The recesses of the transfer member with recesses can be easily formed into a predetermined pattern by a known method such as etching.

If the transfer member with recess is detachably attached to the heating means, only the transfer member with recess may be replaced according to the pattern shape of the component foot land.

If the recessed transfer member is made of a solder non-adhesive material having a low affinity for solder, cream solder is alloyed with the component foot land and the recessed transfer member is retracted. Since the cream solder is easily peeled off from the recess of the transfer member with recess when doing so, it is possible to reliably avoid troubles such as the cream solder remaining on the transfer member with recess and the amount of solder in the solder precoat is insufficient.

[0027]

Embodiments of the present invention will be described with reference to the drawings.

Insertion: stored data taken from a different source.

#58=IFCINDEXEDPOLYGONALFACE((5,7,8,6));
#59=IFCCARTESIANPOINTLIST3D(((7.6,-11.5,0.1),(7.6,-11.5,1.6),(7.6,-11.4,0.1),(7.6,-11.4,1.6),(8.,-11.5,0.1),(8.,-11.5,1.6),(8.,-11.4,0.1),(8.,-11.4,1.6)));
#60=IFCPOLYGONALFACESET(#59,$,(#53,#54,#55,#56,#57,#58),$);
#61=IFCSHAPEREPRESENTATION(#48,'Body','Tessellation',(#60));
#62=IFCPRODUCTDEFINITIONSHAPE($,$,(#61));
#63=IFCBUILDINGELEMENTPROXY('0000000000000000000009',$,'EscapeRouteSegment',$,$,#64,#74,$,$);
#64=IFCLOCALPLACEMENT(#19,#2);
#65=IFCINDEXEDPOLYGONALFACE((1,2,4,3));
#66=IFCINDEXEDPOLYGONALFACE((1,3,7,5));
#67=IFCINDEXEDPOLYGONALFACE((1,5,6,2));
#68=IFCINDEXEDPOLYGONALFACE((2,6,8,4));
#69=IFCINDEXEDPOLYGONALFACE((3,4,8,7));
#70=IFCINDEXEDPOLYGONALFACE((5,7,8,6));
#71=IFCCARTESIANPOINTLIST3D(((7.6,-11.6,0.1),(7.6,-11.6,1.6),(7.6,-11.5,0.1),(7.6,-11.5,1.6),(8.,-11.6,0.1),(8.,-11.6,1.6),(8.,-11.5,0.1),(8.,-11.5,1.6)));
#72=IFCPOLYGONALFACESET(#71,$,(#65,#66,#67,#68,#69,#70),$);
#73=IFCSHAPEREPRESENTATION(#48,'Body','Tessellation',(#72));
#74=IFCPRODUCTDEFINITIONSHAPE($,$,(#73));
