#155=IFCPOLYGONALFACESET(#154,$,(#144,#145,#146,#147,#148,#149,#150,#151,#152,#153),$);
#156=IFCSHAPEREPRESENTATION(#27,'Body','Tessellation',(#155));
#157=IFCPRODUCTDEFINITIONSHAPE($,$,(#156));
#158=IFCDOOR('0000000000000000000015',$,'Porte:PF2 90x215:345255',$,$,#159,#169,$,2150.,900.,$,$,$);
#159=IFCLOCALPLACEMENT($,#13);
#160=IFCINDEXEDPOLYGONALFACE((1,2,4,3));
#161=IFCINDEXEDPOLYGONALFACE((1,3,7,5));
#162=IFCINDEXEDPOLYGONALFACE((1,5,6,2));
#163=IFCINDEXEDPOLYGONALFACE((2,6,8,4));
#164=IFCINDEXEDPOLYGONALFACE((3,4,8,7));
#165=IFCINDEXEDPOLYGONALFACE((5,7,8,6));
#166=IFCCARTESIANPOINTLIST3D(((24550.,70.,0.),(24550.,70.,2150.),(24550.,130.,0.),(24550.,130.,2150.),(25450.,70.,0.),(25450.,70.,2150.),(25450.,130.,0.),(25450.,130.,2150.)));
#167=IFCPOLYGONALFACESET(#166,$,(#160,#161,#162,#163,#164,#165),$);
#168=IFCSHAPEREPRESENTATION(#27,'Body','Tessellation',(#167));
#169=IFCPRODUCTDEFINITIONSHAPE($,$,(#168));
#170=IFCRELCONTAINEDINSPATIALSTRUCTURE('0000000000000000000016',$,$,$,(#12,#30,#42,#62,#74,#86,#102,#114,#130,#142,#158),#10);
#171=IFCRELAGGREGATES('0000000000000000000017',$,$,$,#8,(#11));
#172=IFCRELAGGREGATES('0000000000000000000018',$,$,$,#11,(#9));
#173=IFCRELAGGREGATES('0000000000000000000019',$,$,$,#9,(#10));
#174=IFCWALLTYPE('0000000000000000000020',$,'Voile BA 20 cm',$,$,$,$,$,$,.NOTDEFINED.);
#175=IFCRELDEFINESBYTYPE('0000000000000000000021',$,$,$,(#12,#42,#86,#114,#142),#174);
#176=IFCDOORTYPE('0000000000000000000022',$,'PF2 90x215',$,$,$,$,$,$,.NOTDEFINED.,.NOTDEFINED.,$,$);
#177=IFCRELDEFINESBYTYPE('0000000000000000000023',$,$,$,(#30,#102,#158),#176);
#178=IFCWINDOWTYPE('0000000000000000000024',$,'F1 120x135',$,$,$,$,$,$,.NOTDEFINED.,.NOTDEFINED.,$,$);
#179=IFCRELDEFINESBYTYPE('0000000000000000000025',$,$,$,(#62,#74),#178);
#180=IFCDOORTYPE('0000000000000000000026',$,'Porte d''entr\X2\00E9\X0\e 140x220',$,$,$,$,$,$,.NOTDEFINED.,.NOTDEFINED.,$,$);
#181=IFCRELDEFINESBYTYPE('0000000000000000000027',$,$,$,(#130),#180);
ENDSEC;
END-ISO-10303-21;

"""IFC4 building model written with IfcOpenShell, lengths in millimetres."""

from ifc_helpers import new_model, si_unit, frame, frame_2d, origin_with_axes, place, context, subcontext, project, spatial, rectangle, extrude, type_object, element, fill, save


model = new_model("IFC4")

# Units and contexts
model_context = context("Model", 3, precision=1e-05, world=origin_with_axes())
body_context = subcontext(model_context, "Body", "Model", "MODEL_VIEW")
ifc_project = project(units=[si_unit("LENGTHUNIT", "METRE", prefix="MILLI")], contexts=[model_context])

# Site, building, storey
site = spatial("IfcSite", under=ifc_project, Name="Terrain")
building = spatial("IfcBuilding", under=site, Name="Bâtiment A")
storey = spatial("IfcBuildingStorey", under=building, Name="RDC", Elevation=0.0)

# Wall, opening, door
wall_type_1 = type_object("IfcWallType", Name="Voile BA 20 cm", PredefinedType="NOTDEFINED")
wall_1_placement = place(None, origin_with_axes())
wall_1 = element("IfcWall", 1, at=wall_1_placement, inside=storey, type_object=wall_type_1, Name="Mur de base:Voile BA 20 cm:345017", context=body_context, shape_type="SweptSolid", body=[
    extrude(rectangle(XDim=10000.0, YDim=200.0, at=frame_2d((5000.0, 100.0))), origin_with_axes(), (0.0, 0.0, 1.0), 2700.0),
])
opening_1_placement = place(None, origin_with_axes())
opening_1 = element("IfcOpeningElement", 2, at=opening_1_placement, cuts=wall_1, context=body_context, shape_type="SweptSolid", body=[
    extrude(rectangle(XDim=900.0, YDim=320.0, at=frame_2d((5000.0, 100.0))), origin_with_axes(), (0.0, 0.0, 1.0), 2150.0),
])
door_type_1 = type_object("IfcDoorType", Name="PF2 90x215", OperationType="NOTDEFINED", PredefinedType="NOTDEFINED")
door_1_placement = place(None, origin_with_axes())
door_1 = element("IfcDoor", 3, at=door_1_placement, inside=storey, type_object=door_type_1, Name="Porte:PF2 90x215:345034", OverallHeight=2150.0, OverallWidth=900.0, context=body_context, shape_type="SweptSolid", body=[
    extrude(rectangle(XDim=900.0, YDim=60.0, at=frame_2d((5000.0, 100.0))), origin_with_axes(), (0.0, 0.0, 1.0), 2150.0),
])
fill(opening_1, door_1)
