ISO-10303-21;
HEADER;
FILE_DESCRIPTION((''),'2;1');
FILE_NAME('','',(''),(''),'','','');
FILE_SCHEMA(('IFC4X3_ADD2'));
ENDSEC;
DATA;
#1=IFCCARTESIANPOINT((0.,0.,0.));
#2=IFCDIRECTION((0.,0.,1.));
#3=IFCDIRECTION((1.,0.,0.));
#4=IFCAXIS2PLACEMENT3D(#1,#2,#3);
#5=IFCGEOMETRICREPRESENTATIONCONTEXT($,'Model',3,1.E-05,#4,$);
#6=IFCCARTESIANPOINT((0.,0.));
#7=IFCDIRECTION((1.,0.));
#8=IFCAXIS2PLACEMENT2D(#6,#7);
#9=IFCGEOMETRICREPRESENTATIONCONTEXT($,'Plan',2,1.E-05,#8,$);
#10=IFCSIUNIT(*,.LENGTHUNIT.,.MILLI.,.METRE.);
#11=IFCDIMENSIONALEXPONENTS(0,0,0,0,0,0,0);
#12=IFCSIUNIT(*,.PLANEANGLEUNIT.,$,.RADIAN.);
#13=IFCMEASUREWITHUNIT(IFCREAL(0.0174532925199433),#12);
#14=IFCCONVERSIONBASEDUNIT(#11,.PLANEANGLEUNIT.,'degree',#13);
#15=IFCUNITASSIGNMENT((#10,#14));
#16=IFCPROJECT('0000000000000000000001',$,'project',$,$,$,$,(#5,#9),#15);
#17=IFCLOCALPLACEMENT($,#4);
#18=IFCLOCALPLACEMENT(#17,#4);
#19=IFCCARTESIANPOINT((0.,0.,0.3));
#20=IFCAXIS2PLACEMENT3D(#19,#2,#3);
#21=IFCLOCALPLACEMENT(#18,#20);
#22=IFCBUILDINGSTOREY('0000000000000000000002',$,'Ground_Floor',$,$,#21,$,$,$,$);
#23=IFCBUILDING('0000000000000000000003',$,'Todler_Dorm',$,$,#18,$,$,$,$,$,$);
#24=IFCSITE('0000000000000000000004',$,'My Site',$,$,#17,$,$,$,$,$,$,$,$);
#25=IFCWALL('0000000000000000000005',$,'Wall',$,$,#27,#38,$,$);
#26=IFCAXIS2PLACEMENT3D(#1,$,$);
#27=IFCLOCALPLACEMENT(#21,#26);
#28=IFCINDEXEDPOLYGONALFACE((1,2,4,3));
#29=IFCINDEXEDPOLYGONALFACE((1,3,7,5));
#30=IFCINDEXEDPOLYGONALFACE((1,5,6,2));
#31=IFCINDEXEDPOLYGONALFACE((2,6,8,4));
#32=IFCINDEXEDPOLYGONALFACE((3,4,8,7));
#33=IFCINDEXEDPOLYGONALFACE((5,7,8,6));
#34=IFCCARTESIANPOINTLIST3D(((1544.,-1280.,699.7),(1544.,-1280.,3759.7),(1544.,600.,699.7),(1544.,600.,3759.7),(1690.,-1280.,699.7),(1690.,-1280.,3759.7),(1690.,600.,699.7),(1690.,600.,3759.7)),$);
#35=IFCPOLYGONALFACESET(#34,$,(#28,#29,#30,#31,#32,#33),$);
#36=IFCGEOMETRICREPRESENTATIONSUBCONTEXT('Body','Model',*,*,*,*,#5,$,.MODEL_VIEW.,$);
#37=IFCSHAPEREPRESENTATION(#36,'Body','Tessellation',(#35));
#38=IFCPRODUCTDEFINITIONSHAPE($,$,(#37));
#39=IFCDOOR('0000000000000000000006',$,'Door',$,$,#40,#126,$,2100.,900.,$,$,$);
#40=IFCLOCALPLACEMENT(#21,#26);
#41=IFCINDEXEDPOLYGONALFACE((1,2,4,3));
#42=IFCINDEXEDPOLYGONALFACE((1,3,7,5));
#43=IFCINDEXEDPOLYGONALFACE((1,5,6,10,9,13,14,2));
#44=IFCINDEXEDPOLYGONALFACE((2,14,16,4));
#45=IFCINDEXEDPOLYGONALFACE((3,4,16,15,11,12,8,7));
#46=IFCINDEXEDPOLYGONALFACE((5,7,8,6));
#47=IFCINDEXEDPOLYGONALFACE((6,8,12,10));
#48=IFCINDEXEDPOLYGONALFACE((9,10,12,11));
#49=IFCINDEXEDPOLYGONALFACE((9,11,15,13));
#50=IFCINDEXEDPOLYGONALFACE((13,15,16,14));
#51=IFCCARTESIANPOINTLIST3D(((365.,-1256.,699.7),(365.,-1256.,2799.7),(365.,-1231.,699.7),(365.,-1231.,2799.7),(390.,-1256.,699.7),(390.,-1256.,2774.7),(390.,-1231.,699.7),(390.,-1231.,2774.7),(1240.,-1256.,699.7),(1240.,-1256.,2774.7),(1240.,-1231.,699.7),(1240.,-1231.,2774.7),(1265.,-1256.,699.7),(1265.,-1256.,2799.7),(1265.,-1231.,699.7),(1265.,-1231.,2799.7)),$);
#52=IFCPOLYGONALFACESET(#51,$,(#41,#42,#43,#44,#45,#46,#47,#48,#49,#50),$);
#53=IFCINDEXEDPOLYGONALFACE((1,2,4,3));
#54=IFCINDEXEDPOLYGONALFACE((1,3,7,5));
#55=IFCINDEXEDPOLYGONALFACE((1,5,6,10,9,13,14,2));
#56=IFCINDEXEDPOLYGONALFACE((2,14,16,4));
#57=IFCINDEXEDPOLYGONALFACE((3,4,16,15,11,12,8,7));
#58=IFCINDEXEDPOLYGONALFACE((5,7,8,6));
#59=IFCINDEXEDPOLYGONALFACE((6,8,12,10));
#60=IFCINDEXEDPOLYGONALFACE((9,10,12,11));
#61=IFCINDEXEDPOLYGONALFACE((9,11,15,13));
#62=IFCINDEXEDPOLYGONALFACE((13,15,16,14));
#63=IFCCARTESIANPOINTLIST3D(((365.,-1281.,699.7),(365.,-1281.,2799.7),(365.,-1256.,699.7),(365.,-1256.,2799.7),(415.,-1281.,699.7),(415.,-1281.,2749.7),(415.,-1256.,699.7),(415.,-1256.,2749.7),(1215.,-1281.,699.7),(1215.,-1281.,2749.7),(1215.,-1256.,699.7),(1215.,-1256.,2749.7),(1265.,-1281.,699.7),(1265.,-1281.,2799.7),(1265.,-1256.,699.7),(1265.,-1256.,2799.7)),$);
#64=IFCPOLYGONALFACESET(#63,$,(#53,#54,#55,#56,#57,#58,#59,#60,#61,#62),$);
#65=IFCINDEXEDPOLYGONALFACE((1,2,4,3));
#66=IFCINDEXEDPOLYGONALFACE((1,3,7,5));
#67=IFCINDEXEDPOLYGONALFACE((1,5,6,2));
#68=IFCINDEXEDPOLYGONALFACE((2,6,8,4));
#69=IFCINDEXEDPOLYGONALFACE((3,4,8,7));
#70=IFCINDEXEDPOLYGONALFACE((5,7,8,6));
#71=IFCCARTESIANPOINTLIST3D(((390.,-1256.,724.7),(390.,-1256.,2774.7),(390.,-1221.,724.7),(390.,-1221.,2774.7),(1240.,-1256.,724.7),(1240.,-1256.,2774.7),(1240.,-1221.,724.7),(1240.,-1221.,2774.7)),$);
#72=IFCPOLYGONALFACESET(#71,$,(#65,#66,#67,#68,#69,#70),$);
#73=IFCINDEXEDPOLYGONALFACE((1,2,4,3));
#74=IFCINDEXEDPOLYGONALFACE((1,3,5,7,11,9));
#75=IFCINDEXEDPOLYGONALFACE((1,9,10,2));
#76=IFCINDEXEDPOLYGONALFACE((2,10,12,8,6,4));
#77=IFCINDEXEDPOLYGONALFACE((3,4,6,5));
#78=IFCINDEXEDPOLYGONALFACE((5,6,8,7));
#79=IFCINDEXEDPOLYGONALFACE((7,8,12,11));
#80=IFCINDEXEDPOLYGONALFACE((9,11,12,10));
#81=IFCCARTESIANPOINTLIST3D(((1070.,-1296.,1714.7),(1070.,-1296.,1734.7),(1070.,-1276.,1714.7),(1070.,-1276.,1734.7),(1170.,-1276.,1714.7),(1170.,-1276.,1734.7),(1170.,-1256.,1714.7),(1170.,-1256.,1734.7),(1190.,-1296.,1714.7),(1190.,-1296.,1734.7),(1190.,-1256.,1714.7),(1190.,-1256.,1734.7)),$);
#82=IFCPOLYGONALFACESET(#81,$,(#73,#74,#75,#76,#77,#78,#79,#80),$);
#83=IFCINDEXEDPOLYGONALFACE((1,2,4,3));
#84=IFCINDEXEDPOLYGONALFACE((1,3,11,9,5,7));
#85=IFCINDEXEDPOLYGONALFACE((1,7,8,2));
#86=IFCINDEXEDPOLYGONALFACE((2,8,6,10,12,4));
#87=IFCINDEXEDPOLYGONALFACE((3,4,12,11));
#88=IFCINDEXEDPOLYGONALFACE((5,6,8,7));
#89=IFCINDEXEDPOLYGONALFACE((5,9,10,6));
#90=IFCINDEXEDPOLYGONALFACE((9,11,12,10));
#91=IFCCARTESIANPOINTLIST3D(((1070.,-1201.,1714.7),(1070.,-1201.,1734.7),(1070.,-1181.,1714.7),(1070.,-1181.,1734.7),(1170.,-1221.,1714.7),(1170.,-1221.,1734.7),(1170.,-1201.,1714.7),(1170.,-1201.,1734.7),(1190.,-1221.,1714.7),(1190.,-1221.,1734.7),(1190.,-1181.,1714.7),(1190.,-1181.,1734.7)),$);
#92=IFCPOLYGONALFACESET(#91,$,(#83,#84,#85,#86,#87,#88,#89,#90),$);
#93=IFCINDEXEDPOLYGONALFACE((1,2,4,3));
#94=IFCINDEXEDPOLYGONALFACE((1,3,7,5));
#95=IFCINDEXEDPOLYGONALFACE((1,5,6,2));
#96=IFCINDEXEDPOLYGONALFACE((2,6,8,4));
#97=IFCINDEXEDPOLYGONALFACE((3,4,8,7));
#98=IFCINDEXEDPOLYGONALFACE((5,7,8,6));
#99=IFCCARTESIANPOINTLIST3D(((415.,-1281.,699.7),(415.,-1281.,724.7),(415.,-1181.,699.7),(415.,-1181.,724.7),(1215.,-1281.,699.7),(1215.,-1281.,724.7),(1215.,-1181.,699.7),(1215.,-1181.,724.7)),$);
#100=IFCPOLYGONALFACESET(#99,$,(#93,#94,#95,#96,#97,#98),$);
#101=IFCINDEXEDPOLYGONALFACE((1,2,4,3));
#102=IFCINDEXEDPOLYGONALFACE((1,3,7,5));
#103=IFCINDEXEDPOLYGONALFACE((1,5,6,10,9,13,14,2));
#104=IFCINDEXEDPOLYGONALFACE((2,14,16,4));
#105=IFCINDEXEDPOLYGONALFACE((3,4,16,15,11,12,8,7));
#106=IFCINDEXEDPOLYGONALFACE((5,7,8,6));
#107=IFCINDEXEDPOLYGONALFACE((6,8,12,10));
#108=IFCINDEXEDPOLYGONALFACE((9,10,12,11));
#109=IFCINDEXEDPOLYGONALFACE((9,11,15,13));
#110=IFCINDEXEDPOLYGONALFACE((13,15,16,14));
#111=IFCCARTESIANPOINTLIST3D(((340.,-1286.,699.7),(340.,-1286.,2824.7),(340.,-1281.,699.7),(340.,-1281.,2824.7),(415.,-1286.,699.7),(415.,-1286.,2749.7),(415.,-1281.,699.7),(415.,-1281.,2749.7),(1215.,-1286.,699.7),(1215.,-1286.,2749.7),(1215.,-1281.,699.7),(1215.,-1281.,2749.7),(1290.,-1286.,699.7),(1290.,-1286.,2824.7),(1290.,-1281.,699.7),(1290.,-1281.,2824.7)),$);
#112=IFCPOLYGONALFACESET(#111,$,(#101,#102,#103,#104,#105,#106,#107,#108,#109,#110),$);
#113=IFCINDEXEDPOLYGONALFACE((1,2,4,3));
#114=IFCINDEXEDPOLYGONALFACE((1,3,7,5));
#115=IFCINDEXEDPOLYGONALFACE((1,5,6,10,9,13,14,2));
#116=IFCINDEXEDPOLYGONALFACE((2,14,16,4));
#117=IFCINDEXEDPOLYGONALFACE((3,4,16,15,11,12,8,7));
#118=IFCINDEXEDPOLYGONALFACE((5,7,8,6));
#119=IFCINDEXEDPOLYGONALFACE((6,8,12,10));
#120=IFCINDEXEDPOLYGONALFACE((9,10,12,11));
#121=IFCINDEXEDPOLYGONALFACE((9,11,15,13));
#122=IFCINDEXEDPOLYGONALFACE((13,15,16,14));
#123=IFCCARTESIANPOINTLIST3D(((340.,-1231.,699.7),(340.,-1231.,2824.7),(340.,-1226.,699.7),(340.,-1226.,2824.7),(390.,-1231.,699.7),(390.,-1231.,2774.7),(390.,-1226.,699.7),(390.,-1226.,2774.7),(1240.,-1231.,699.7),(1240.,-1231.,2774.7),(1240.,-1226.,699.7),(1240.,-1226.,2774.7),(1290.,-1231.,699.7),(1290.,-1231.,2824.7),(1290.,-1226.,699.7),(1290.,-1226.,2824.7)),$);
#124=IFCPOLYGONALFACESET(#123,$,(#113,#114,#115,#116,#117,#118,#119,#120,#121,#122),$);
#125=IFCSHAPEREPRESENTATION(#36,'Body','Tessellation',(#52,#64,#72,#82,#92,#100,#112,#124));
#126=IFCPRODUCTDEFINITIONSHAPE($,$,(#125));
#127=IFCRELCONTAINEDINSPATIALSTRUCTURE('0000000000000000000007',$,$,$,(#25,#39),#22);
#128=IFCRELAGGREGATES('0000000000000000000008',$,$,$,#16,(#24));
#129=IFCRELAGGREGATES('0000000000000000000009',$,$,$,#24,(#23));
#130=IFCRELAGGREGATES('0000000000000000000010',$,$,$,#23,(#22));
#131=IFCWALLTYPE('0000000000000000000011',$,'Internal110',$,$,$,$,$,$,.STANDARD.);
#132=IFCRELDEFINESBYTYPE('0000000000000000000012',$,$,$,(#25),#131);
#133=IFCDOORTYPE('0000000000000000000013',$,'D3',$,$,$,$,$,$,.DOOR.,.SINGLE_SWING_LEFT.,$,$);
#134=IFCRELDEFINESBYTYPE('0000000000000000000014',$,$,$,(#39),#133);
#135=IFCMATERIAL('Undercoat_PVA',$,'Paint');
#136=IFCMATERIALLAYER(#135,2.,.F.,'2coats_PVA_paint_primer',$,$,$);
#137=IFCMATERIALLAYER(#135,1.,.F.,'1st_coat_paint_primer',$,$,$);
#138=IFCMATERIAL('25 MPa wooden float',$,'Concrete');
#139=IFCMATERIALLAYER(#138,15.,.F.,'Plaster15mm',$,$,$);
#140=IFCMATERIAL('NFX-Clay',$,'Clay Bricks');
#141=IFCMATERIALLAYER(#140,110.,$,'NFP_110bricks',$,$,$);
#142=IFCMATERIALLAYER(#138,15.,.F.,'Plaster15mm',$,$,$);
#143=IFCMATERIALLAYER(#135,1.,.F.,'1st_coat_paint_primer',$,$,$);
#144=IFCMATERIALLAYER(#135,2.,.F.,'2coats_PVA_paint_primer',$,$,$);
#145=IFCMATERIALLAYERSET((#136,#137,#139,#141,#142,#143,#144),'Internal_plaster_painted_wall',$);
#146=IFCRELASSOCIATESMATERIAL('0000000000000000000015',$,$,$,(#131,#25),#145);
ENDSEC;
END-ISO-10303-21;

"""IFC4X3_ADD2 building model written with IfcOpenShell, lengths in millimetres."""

from ifc_helpers import new_model, entity, si_unit, converted_unit, frame, origin_with_axes, origin_2d_with_axis, place, context, subcontext, project, spatial, line, indexed_curve, outline, extrude, shape, source, transform, mapped, material, layer, layer_set, layer_usage, type_object, type_shapes, element, save


model = new_model("IFC4X3_ADD2")

# Units and contexts
model_context = context("Model", 3, precision=1e-05, world=origin_with_axes())
plan_context = context("Plan", 2, precision=1e-05, world=origin_2d_with_axis())
body_context_1 = subcontext(model_context, "Body", "Model", "MODEL_VIEW")
body_context_2 = subcontext(plan_context, "Body", "Plan", "PLAN_VIEW")
ifc_project = project(units=[si_unit("LENGTHUNIT", "METRE", prefix="MILLI"), converted_unit("PLANEANGLEUNIT", "degree", entity("IfcReal", 0.0174532925199433), si_unit("PLANEANGLEUNIT", "RADIAN"), dimensions=[0, 0, 0, 0, 0, 0, 0])], contexts=[model_context, plan_context])

# Site, building, storey
site_placement = place(None, origin_with_axes())
site = spatial("IfcSite", under=ifc_project, at=site_placement, Name="My Site")
building_placement = place(site_placement, origin_with_axes())
building = spatial("IfcBuilding", under=site, at=building_placement, Name="Todler_Dorm")
storey_placement = place(building_placement, frame((0.0, 0.0, 0.3), z_axis=(0.0, 0.0, 1.0), x_axis=(1.0, 0.0, 0.0)))
storey = spatial("IfcBuildingStorey", under=building, at=storey_placement, Name="Ground_Floor")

FIG. 1 shows a solder precoating apparatus for obtaining a solder precoat circuit board according to one embodiment. This is a heating / cooling head having a heater (not shown) as heating means and a cooling pipe as cooling means. 11
And a heat transfer member 12 integrally connected thereto, and a solder transfer unit 10 including a transfer plate 13 which is a transfer member with a recess detachably attached to the heat transfer member 12 The heater of the head 11 is heated by the wiring 11a, the cooling medium is supplied to the cooling pipe of the heating / cooling head 11 by the supply pipe 11b, and the temperature of the heat transfer member 12 is a temperature sensor including a thermocouple or the like serving as temperature detecting means. Monitored by 12a.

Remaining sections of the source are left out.